#### [Instructions for the task]
Copy each line of the entries that includes the word "extrude".

*** Provided data Section Begins ***

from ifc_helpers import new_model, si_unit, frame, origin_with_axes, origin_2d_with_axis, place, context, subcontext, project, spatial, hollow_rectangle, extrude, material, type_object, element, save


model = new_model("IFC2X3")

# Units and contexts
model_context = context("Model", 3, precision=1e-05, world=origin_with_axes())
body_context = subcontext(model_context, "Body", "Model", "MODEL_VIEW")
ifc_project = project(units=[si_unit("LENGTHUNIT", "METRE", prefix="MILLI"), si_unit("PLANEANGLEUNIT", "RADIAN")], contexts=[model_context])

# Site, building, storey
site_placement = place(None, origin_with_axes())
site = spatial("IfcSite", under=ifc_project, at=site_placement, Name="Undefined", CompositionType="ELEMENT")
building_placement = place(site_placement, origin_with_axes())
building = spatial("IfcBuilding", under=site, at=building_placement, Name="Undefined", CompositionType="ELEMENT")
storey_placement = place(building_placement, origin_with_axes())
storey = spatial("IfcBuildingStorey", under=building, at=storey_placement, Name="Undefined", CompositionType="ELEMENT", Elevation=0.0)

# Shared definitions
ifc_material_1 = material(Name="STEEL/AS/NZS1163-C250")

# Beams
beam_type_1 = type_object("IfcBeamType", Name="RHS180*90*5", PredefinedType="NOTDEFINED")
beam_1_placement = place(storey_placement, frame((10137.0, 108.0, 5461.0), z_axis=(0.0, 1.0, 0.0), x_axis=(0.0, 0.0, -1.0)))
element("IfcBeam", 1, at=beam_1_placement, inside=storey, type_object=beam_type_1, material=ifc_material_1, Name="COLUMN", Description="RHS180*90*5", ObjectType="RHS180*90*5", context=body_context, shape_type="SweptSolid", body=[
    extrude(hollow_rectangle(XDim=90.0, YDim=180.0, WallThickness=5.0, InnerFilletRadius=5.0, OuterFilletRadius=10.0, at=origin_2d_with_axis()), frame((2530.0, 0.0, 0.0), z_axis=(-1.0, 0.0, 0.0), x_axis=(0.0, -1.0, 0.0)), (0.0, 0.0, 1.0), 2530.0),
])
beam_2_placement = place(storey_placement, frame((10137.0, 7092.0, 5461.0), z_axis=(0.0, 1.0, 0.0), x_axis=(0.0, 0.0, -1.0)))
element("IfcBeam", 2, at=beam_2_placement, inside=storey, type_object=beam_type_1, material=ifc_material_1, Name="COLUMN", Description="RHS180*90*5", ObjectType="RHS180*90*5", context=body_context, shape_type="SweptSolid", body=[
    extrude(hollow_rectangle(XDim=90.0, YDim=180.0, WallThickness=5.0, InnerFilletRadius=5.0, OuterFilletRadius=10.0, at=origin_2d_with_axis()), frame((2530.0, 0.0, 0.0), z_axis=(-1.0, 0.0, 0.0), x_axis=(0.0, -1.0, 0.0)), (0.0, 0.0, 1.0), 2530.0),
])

*** Provided data Section Ends ***
*** Provided data Section Begins ***

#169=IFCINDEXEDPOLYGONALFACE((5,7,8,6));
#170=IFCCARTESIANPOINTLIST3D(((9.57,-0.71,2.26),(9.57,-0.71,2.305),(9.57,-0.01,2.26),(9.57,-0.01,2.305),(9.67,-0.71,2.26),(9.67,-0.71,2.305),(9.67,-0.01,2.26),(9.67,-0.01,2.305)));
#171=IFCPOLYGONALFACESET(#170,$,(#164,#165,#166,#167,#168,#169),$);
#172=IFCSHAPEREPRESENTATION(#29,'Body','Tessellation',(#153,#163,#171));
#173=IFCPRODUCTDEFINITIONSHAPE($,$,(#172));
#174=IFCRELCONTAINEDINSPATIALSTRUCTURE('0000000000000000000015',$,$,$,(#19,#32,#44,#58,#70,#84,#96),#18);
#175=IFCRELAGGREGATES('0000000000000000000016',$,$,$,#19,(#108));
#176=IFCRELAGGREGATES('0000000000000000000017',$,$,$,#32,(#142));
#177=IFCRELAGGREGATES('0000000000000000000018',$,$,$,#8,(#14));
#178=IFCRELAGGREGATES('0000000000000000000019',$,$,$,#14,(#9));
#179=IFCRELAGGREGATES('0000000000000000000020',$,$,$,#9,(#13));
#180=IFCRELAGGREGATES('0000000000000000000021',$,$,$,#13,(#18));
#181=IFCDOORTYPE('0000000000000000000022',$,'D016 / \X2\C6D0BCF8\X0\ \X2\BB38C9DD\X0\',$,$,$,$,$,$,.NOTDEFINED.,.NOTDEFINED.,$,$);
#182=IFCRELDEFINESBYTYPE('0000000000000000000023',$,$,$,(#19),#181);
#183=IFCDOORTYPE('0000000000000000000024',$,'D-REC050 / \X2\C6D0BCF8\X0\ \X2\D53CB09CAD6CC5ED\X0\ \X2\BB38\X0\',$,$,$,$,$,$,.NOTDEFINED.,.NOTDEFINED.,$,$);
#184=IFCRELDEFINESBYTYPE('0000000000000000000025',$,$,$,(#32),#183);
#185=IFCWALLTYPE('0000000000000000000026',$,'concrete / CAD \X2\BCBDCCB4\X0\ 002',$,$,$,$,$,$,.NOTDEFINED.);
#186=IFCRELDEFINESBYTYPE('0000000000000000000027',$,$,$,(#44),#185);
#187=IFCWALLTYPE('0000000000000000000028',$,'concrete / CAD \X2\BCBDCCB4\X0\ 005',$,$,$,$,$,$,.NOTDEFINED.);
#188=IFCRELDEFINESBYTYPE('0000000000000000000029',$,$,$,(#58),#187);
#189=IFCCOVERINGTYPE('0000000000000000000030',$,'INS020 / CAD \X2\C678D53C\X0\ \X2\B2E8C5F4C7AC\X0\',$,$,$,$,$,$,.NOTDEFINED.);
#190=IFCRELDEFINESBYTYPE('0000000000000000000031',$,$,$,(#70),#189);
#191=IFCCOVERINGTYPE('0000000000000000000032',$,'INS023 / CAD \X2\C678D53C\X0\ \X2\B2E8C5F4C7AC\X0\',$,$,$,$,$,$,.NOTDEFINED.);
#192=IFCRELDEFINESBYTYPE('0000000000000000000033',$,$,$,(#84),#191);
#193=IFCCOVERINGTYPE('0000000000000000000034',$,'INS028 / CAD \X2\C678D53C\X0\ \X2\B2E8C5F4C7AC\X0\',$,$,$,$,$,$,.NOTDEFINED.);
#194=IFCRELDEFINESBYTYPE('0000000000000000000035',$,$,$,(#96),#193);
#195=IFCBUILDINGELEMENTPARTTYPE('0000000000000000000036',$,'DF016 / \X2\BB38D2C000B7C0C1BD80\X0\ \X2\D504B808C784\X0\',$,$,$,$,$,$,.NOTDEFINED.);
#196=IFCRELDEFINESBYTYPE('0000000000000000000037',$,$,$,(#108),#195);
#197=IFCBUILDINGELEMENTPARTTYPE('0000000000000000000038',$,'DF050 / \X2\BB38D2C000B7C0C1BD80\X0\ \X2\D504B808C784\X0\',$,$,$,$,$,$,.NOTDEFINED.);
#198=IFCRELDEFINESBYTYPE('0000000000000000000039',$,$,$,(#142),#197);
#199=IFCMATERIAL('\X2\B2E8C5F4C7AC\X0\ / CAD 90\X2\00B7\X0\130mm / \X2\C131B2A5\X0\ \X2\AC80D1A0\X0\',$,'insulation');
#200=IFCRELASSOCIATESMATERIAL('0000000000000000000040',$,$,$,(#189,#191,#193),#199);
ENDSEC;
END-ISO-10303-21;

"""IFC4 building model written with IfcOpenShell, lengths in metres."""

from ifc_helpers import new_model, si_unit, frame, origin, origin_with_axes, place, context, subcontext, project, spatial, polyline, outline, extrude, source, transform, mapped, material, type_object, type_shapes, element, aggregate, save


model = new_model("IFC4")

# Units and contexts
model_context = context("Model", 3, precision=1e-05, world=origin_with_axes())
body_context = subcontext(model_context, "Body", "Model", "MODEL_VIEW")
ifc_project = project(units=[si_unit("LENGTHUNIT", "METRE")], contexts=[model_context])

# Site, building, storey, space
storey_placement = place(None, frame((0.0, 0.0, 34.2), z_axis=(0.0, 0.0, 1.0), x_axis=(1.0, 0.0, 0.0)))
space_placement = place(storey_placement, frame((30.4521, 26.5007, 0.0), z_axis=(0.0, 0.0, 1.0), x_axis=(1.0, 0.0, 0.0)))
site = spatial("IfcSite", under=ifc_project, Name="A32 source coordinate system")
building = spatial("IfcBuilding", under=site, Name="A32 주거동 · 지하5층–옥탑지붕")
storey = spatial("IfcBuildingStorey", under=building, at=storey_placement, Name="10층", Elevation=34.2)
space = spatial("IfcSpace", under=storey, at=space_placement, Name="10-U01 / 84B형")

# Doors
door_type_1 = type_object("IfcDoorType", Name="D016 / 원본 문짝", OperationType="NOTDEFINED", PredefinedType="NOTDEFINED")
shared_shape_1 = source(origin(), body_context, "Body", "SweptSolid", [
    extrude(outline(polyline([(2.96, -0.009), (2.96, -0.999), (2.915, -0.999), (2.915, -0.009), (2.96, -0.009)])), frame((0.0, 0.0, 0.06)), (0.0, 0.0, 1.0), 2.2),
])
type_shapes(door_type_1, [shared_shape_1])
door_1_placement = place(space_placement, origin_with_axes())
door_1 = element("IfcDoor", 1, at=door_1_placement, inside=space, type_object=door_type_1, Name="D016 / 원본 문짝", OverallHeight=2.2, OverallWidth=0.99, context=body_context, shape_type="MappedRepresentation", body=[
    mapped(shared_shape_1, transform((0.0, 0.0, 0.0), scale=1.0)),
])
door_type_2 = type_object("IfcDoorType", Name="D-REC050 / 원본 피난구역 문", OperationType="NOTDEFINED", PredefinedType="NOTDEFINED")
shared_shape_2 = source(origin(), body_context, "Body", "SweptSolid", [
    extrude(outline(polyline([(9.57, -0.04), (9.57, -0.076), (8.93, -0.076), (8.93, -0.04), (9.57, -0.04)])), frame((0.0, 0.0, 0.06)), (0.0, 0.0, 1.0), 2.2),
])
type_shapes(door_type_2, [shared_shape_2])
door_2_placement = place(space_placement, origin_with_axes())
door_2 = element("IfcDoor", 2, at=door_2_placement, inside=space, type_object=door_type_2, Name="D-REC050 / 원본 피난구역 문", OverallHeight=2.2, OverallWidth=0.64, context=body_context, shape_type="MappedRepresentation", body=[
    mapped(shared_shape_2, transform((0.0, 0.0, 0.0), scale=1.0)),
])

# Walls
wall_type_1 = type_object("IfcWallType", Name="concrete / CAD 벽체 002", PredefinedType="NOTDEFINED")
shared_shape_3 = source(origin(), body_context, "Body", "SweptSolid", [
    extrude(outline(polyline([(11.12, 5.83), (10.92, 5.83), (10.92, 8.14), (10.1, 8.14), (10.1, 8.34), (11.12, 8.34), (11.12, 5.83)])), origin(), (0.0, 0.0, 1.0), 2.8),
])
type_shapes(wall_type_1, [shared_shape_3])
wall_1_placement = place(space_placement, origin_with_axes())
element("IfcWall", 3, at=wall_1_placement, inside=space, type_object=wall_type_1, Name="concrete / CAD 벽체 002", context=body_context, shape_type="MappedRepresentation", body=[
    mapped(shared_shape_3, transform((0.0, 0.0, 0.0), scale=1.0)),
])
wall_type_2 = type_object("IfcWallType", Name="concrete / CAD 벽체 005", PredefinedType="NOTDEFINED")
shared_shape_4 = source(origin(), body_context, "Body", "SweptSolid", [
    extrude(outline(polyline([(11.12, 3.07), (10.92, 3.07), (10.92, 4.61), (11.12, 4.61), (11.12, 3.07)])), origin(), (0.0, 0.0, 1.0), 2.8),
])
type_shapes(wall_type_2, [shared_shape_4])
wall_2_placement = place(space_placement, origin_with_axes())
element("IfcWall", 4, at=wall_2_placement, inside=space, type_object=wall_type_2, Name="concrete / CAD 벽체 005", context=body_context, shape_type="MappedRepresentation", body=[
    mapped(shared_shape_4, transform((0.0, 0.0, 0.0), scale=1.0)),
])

*** Provided data Section Ends ***

#### [Finished exercise]
from ifc_helpers import new_model, si_unit, frame, origin_with_axes, origin_2d_with_axis, place, context, subcontext, project, spatial, hollow_rectangle, extrude, material, type_object, element, save
    extrude(hollow_rectangle(XDim=90.0, YDim=180.0, WallThickness=5.0, InnerFilletRadius=5.0, OuterFilletRadius=10.0, at=origin_2d_with_axis()), frame((2530.0, 0.0, 0.0), z_axis=(-1.0, 0.0, 0.0), x_axis=(0.0, -1.0, 0.0)), (0.0, 0.0, 1.0), 2530.0),
    extrude(hollow_rectangle(XDim=90.0, YDim=180.0, WallThickness=5.0, InnerFilletRadius=5.0, OuterFilletRadius=10.0, at=origin_2d_with_axis()), frame((2530.0, 0.0, 0.0), z_axis=(-1.0, 0.0, 0.0), x_axis=(0.0, -1.0, 0.0)), (0.0, 0.0, 1.0), 2530.0),
from ifc_helpers import new_model, si_unit, frame, origin, origin_with_axes, place, context, subcontext, project, spatial, polyline, outline, extrude, source, transform, mapped, material, type_object, type_shapes, element, aggregate, save
    extrude(outline(polyline([(2.96, -0.009), (2.96, -0.999), (2.915, -0.999), (2.915, -0.009), (2.96, -0.009)])), frame((0.0, 0.0, 0.06)), (0.0, 0.0, 1.0), 2.2),
    extrude(outline(polyline([(9.57, -0.04), (9.57, -0.076), (8.93, -0.076), (8.93, -0.04), (9.57, -0.04)])), frame((0.0, 0.0, 0.06)), (0.0, 0.0, 1.0), 2.2),
    extrude(outline(polyline([(11.12, 5.83), (10.92, 5.83), (10.92, 8.14), (10.1, 8.14), (10.1, 8.34), (11.12, 8.34), (11.12, 5.83)])), origin(), (0.0, 0.0, 1.0), 2.8),
    extrude(outline(polyline([(11.12, 3.07), (10.92, 3.07), (10.92, 4.61), (11.12, 4.61), (11.12, 3.07)])), origin(), (0.0, 0.0, 1.0), 2.8),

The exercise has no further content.